3. To manage your weight, get more sleep :
The first things that come to mind when you consider weight loss are calorie restriction and frequent exercise. Sleep is also a crucial aspect of weight loss. Sleeping for less than six to seven hours each night can lower leptin levels and raise ghrelin levels, which makes you feel hungry (a hormone that makes you feel full). Lack of sleep can also reduce your RMR(resting metabolic rate), lower your motivation to exercise and impair your decision-making abilities, which can result in poor food choices.
4. Water is preferable to soda :
Get plenty of water. It benefits kidney health and purifies the entire body by eliminating pollutants through kidney filtration. Daily water consumption should be at least 8 cups.

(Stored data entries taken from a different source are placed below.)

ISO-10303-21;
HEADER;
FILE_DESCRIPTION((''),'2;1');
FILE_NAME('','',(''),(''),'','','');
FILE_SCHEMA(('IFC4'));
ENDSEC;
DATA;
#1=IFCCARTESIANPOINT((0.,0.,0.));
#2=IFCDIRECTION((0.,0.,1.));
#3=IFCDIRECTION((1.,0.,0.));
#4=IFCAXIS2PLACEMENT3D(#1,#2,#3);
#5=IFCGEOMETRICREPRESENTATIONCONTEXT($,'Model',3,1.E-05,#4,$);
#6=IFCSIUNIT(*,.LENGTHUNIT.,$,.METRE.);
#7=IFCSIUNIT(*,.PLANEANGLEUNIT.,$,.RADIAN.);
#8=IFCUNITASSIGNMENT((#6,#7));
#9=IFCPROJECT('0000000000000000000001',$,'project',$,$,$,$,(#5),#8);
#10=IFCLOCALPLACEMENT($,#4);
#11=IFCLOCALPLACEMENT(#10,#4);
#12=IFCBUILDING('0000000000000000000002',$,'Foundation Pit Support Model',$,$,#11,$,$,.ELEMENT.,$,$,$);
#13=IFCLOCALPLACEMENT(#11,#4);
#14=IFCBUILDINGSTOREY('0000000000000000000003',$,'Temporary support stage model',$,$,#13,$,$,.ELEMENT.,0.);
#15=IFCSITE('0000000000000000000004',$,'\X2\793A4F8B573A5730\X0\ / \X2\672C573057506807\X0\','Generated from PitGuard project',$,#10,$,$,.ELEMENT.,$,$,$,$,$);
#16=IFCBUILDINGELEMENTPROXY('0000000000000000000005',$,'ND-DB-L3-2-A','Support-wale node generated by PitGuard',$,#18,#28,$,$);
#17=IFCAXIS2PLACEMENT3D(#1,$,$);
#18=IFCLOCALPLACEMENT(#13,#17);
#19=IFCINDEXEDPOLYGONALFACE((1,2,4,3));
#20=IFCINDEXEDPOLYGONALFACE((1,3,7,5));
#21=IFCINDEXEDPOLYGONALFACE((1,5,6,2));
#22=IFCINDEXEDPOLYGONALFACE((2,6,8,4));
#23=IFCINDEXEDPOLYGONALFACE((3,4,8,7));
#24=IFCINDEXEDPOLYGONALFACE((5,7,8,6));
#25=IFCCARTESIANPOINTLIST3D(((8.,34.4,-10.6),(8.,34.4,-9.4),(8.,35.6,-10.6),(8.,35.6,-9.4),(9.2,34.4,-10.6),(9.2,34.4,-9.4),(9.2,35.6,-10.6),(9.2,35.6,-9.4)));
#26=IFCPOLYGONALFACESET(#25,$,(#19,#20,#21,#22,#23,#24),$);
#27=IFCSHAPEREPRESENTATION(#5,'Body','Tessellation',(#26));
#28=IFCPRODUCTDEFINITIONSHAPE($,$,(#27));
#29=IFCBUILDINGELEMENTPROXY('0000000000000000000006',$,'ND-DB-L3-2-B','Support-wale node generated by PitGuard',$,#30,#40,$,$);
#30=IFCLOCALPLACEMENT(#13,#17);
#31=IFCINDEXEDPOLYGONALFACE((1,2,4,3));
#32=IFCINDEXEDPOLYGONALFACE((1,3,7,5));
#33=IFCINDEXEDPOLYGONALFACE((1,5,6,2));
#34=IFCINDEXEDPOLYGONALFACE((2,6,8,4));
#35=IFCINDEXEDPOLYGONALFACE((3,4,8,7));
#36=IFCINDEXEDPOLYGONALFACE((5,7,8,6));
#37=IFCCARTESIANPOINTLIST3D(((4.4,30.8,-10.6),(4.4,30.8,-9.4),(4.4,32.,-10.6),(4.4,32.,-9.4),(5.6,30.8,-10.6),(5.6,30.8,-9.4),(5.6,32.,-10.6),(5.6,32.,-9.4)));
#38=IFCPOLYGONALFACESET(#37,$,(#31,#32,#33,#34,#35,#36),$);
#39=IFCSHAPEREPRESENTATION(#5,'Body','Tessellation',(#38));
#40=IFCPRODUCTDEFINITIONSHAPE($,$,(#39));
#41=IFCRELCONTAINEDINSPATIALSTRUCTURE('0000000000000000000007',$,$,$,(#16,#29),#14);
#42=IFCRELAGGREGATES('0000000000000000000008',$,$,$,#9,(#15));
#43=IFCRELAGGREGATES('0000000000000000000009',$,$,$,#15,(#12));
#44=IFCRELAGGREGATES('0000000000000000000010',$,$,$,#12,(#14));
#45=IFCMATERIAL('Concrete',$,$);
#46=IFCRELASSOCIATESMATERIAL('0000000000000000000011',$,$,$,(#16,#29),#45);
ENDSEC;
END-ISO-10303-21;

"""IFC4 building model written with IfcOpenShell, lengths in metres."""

from ifc_helpers import new_model, si_unit, frame, origin_with_axes, origin_2d, place, context, project, spatial, rectangle, extrude, material, element, save


model = new_model("IFC4")

# Units and contexts
model_context = context("Model", 3, precision=1e-05, world=origin_with_axes())
ifc_project = project(units=[si_unit("LENGTHUNIT", "METRE"), si_unit("PLANEANGLEUNIT", "RADIAN")], contexts=[model_context])

# Site, building, storey
site_placement = place(None, origin_with_axes())
site = spatial("IfcSite", under=ifc_project, at=site_placement, Name="示例场地 / 本地坐标", Description="Generated from PitGuard project", CompositionType="ELEMENT")
building_placement = place(site_placement, origin_with_axes())
building = spatial("IfcBuilding", under=site, at=building_placement, Name="Foundation Pit Support Model", CompositionType="ELEMENT")
storey_placement = place(building_placement, origin_with_axes())
storey = spatial("IfcBuildingStorey", under=building, at=storey_placement, Name="Temporary support stage model", CompositionType="ELEMENT", Elevation=0.0)

# Shared definitions
ifc_material_1 = material(Name="Concrete")

# Building element proxies
for number, where, z_axis, x_axis, name in (
    (1, (8.6, 35.0, -10.6), (0.0, 0.0, 1.0), (1.0, 0.0, 0.0), "ND-DB-L3-2-A"),
    (2, (5.0, 31.4, -10.6), (0.0, 0.0, 1.0), (1.0, 0.0, 0.0), "ND-DB-L3-2-B"),
):
    element("IfcBuildingElementProxy", number, at=place(storey_placement, frame(where, z_axis=z_axis, x_axis=x_axis)), inside=storey, material=ifc_material_1, Name=name, Description="Support-wale node generated by PitGuard", context=model_context, shape_type="SweptSolid", body=[
        extrude(rectangle(XDim=1.2, YDim=1.2, at=origin_2d()), origin_with_axes(), (0.0, 0.0, 1.0), 1.2),
    ])

save(model, "model.ifc")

5. Keep a healthy weight :
The prevalence of obesity is rising quickly over the world and raises the risk of numerous diseases. Obese people have a nearly 2 to 3-fold increased risk of hypertension and cardiovascular disease, but a nearly 10-fold increased risk of type 2 diabetes. Breast, renal, colon, and other cancers are just a few of the significant hazards. So, to lose weight, increase your intake of fiber in your diet, cut back on fats and carbohydrates, and work out every day.
6. To save your health and enhance your quality of life, stop smoking :
Cancer, chronic obstructive pulmonary disease (COPD), diabetes, heart disease, lung disease, and strokes are just a few of the health problems that smoking can cause. You might think there’s no point in quitting if you’ve been a smoker for a long time, but quitting can be beneficial for your health regardless of how much or how long you’ve smoked. Additionally, giving up smoking can help shield your loved ones from the risks of secondhand smoke.